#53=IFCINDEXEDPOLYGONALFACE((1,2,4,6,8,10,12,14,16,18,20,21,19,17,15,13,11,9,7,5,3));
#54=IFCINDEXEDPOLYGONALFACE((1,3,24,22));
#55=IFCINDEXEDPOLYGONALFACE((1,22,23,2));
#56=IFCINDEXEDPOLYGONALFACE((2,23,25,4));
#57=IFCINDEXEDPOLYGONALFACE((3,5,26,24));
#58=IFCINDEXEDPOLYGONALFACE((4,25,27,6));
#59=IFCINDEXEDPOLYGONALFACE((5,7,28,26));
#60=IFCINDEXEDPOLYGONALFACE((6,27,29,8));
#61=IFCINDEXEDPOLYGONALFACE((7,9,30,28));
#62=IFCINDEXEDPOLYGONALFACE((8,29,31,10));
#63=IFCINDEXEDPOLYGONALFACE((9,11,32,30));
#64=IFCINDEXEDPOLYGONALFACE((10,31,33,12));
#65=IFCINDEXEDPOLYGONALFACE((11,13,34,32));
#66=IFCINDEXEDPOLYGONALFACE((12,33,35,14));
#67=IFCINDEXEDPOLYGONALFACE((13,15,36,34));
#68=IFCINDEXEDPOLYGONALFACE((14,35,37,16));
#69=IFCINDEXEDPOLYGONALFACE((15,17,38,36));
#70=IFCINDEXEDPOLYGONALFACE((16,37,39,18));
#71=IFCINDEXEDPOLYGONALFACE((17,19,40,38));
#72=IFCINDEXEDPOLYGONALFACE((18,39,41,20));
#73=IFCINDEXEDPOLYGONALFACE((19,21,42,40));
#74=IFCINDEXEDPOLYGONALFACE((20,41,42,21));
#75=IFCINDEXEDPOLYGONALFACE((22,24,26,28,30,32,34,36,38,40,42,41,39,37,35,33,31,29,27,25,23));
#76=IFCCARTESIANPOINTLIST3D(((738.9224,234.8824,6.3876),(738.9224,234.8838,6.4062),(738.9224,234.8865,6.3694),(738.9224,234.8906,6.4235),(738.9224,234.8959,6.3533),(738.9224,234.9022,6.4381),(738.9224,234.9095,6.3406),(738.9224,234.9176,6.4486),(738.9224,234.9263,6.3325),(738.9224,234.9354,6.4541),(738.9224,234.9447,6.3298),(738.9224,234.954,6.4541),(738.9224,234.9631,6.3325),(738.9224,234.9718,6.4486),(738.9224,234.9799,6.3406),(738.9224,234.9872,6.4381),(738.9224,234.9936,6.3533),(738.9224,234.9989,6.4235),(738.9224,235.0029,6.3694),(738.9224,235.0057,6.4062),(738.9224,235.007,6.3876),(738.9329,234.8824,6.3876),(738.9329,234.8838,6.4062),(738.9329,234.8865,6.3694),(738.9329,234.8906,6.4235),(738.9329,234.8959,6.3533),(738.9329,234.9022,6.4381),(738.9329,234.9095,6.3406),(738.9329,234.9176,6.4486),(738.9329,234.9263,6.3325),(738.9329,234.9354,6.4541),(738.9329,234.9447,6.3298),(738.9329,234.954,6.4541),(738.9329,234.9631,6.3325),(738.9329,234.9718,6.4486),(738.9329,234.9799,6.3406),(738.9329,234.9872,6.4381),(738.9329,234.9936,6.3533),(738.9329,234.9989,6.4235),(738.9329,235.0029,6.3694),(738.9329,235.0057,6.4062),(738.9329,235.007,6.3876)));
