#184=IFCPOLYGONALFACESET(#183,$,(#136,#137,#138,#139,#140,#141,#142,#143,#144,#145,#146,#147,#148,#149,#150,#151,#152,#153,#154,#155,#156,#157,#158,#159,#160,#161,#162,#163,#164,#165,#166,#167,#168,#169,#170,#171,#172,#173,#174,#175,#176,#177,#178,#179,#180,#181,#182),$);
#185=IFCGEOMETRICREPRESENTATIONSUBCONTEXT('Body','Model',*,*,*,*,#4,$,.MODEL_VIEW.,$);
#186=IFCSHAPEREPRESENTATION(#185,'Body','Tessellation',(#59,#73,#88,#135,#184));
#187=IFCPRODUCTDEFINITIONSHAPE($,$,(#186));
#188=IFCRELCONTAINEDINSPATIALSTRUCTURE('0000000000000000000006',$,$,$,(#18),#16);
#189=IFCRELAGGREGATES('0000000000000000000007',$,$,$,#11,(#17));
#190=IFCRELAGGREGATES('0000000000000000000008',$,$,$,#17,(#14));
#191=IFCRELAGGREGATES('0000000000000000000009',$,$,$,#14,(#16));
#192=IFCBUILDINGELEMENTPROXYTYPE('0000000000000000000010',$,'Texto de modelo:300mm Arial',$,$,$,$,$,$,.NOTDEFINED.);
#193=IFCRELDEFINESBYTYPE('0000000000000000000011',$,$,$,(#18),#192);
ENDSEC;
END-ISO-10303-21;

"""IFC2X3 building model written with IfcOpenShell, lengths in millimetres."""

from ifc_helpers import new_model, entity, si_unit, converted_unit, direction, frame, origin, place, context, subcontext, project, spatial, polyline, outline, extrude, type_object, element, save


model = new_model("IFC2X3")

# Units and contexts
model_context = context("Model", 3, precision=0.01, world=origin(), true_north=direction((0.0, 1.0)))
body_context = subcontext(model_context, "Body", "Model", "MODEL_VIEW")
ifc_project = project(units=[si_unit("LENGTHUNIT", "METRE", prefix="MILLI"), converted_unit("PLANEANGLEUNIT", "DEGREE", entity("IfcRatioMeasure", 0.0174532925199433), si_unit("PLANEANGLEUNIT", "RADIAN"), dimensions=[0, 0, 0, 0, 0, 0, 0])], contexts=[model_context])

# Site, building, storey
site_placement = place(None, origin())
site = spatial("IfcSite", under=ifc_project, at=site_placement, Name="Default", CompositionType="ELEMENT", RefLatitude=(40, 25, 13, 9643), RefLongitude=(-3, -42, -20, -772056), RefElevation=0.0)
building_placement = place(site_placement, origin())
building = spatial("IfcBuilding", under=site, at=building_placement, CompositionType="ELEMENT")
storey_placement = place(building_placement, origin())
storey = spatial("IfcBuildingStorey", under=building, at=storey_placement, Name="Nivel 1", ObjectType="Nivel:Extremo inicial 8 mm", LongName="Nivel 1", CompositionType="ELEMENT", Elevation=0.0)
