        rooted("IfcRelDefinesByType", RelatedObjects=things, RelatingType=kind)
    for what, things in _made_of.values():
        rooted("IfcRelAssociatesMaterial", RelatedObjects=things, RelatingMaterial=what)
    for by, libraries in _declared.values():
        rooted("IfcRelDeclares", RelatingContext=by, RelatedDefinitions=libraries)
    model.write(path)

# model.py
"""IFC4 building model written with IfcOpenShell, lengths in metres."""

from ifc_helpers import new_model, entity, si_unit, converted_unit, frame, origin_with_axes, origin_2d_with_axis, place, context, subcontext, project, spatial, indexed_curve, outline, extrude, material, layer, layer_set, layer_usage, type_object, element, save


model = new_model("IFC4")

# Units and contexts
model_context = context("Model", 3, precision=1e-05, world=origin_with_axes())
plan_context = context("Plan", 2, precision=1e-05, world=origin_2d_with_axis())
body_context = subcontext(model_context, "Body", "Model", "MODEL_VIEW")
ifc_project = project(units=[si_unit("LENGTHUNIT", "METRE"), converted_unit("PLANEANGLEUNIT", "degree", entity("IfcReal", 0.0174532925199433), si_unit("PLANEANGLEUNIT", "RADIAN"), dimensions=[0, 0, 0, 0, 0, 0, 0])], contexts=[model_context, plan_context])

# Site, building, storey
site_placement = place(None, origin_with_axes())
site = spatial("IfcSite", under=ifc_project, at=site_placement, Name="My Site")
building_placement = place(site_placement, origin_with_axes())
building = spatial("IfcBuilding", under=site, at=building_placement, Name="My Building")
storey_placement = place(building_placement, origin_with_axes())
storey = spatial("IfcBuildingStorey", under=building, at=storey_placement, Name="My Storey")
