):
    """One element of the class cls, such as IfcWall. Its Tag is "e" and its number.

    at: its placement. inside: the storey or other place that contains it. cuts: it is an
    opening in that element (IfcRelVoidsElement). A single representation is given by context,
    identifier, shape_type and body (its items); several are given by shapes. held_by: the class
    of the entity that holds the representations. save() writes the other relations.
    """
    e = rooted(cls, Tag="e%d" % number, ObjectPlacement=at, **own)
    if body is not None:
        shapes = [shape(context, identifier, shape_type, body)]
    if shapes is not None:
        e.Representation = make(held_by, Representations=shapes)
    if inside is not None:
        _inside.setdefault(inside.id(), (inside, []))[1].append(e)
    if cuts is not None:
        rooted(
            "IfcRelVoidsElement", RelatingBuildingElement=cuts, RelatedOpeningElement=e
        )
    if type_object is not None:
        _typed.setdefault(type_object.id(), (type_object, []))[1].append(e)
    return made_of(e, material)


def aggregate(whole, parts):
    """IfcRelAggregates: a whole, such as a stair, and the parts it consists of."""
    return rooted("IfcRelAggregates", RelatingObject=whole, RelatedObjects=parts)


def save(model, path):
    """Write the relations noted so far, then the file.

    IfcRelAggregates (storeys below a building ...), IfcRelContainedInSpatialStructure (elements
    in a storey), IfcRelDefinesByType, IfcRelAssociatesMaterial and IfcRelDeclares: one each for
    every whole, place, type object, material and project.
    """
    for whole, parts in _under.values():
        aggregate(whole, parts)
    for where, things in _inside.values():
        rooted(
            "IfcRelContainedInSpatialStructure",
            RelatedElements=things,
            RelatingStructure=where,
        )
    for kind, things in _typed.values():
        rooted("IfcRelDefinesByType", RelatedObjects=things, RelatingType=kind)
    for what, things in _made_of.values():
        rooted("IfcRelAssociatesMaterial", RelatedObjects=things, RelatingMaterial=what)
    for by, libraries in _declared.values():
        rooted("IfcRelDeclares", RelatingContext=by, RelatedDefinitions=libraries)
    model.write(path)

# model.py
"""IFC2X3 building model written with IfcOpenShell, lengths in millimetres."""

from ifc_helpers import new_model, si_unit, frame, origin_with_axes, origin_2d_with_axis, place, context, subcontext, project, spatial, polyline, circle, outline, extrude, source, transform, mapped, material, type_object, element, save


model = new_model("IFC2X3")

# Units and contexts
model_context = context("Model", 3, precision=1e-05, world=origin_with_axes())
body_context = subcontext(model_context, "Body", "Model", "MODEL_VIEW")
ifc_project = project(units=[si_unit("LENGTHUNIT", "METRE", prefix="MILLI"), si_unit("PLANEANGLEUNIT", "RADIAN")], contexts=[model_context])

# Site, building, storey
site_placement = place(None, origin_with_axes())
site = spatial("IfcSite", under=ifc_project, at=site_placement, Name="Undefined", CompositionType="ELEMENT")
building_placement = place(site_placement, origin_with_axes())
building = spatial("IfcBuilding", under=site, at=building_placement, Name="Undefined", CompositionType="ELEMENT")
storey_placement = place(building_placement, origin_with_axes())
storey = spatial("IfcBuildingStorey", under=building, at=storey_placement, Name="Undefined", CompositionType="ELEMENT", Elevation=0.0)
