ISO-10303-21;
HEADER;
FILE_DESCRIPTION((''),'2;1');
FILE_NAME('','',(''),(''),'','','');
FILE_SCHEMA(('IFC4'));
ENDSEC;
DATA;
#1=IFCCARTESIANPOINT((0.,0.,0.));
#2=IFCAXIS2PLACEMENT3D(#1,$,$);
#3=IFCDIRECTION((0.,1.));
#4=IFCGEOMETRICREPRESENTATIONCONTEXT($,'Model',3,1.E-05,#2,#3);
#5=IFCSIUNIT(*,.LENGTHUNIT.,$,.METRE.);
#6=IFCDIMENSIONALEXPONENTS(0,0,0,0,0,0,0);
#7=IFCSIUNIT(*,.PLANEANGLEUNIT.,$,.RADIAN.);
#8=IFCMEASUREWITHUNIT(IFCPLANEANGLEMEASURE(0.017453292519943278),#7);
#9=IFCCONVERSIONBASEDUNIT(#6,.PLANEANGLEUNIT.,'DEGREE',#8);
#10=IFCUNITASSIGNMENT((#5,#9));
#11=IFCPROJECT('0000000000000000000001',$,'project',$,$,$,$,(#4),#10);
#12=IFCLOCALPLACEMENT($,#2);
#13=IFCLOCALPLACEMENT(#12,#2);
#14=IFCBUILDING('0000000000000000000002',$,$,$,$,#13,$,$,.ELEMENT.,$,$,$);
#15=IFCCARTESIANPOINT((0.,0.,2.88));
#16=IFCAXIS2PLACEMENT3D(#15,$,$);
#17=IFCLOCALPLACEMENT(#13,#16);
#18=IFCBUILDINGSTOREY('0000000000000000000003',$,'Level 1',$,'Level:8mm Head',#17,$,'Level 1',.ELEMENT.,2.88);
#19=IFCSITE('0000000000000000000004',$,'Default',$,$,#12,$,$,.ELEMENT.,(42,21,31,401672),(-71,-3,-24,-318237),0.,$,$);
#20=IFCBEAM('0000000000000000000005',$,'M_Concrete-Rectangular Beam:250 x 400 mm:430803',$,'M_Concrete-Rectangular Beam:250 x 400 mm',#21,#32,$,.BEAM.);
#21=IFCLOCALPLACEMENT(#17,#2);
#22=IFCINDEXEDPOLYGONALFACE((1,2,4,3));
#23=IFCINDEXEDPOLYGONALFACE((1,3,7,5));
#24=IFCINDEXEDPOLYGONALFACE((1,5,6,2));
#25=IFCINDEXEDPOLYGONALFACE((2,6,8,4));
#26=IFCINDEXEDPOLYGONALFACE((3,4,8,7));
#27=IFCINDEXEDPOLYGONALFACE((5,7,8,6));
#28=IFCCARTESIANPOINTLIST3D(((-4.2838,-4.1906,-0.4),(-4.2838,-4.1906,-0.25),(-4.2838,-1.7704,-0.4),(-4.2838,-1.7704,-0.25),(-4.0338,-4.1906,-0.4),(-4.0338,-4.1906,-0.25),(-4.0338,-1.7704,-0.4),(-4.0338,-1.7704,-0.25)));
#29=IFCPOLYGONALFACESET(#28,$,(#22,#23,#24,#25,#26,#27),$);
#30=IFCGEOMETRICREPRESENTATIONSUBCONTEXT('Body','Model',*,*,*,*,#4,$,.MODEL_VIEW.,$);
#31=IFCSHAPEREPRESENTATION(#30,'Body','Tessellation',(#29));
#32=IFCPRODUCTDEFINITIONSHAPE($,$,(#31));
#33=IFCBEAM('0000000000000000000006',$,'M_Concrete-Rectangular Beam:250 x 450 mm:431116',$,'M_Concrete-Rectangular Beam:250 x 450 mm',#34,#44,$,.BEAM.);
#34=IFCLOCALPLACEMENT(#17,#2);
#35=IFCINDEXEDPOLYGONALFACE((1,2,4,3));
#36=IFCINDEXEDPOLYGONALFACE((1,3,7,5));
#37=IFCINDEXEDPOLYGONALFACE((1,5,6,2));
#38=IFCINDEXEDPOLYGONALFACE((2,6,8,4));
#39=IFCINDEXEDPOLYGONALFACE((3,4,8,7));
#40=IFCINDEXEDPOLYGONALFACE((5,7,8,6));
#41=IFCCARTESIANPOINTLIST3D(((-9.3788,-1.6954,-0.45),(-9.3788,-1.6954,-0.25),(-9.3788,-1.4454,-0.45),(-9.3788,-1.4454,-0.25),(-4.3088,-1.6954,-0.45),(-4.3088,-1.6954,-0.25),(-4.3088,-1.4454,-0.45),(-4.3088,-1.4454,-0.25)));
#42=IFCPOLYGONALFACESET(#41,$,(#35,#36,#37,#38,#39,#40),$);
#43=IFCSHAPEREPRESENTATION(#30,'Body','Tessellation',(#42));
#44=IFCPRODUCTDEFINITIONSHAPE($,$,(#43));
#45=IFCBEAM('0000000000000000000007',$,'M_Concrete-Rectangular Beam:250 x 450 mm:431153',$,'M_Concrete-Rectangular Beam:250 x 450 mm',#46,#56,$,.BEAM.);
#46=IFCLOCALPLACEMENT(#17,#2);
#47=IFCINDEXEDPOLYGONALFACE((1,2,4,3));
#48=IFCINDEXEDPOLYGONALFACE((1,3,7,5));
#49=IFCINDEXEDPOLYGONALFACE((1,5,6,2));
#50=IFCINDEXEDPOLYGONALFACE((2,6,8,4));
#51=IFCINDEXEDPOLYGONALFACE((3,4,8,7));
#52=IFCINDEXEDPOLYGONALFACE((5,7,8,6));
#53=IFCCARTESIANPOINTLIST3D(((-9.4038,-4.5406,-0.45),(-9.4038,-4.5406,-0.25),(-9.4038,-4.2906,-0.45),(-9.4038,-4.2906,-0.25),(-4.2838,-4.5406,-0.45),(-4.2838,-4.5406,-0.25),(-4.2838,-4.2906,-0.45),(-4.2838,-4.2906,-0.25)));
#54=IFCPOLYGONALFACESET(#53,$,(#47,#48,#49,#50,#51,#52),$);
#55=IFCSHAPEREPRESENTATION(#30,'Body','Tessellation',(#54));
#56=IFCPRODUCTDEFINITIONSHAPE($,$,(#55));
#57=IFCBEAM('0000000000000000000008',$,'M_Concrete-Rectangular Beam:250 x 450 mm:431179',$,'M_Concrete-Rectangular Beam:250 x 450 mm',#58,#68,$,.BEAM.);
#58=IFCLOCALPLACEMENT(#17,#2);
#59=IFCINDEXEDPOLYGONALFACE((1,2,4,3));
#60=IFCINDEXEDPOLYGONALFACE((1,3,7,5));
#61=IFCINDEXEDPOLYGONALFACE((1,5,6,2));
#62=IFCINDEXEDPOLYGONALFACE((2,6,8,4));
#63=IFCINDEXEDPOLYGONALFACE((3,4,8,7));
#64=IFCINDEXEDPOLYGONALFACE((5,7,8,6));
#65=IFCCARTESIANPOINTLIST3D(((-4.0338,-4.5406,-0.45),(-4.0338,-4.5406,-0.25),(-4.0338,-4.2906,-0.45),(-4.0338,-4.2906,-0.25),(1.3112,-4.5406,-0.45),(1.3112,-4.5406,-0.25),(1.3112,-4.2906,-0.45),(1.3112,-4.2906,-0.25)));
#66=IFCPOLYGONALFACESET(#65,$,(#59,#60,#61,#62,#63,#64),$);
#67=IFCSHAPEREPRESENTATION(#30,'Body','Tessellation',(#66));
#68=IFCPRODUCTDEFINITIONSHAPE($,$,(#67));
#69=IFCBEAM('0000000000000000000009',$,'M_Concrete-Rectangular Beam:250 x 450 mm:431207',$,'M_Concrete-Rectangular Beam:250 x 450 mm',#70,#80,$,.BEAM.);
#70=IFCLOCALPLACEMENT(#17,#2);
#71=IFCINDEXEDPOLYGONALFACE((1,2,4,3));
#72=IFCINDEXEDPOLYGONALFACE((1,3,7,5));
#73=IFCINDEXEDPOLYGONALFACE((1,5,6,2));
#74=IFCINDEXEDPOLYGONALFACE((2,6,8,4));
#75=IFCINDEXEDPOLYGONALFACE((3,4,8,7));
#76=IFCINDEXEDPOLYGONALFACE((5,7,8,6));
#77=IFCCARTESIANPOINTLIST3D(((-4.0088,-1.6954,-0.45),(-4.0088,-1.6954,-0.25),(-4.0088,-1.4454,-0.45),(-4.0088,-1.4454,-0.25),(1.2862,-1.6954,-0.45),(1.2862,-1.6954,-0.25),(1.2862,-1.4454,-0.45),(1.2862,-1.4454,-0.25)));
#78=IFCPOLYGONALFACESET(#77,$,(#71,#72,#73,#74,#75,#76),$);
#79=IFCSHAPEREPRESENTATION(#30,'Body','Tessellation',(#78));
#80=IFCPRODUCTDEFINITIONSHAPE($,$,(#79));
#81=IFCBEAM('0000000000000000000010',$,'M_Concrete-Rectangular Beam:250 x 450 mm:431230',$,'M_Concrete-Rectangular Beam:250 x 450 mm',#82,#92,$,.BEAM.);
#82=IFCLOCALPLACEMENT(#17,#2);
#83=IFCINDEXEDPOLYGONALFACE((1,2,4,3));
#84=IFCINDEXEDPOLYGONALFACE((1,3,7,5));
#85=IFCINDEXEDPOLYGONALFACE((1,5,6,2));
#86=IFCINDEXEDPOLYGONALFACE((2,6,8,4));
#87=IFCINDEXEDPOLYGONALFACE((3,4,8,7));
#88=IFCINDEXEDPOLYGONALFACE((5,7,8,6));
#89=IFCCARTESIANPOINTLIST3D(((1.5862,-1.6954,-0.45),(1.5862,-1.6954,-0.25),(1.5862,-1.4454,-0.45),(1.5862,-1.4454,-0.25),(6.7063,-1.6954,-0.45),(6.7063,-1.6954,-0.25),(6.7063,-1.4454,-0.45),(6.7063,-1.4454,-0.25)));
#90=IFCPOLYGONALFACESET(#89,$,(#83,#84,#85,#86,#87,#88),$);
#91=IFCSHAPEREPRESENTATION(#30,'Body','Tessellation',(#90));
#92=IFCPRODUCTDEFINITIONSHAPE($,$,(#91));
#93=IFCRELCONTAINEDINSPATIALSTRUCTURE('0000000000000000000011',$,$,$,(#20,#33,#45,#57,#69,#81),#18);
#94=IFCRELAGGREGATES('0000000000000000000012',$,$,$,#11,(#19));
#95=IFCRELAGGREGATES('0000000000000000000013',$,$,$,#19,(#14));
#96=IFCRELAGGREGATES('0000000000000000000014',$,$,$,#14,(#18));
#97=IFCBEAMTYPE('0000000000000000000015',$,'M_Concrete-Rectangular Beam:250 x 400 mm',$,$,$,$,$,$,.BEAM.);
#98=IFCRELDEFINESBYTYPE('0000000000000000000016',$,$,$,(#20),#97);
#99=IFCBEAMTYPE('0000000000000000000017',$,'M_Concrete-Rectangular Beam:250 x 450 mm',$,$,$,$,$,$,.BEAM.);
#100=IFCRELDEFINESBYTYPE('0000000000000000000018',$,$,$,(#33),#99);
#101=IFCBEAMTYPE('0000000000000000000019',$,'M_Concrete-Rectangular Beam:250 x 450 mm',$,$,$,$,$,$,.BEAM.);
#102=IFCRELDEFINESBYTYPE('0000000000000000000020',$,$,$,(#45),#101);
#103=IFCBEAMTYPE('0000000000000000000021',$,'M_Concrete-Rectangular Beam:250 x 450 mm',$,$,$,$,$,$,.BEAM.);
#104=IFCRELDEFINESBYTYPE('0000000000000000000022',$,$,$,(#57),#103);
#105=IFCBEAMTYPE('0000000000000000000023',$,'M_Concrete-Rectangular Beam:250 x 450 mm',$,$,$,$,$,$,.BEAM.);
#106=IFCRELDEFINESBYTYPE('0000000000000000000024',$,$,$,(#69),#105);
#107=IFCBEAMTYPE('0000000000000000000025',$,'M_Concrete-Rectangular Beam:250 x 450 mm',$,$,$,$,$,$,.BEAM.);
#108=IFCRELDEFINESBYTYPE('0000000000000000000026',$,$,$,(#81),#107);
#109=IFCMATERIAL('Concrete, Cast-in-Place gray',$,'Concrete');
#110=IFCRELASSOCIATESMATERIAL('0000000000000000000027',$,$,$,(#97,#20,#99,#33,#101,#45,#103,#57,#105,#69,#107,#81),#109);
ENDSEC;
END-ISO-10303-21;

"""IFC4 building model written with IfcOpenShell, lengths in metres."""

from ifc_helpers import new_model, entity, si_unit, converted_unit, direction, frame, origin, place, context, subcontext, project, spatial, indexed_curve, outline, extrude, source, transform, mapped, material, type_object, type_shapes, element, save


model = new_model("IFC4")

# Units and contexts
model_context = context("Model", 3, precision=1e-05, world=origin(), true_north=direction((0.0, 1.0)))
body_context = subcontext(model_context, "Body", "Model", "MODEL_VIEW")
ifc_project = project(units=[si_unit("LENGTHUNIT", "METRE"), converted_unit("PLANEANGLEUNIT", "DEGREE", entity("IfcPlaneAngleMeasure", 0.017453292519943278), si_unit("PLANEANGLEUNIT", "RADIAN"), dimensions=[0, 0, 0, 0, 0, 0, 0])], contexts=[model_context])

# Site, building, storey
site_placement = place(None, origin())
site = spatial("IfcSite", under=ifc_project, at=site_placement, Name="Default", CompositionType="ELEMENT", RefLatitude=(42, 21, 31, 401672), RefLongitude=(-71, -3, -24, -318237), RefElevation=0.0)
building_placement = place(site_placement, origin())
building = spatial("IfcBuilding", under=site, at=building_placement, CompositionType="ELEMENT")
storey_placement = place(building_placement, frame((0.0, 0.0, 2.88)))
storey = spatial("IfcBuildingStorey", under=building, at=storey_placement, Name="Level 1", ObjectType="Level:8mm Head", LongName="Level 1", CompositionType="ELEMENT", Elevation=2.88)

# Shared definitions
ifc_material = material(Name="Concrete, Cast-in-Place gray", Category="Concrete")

----

Aim of the task » For this task, write out exactly the lines of the entries above, starting at the line with "#79=IFCSHAPEREPRESENTATION(#30,'Body','Tessellation',(#78));" and ending at the line with "#88=IFCINDEXEDPOLYGONALFACE((5,7,8,6));", both included, and no others.

Solution below »
#79=IFCSHAPEREPRESENTATION(#30,'Body','Tessellation',(#78));
#80=IFCPRODUCTDEFINITIONSHAPE($,$,(#79));
#81=IFCBEAM('0000000000000000000010',$,'M_Concrete-Rectangular Beam:250 x 450 mm:431230',$,'M_Concrete-Rectangular Beam:250 x 450 mm',#82,#92,$,.BEAM.);
#82=IFCLOCALPLACEMENT(#17,#2);
#83=IFCINDEXEDPOLYGONALFACE((1,2,4,3));
#84=IFCINDEXEDPOLYGONALFACE((1,3,7,5));
#85=IFCINDEXEDPOLYGONALFACE((1,5,6,2));
#86=IFCINDEXEDPOLYGONALFACE((2,6,8,4));
#87=IFCINDEXEDPOLYGONALFACE((3,4,8,7));
#88=IFCINDEXEDPOLYGONALFACE((5,7,8,6));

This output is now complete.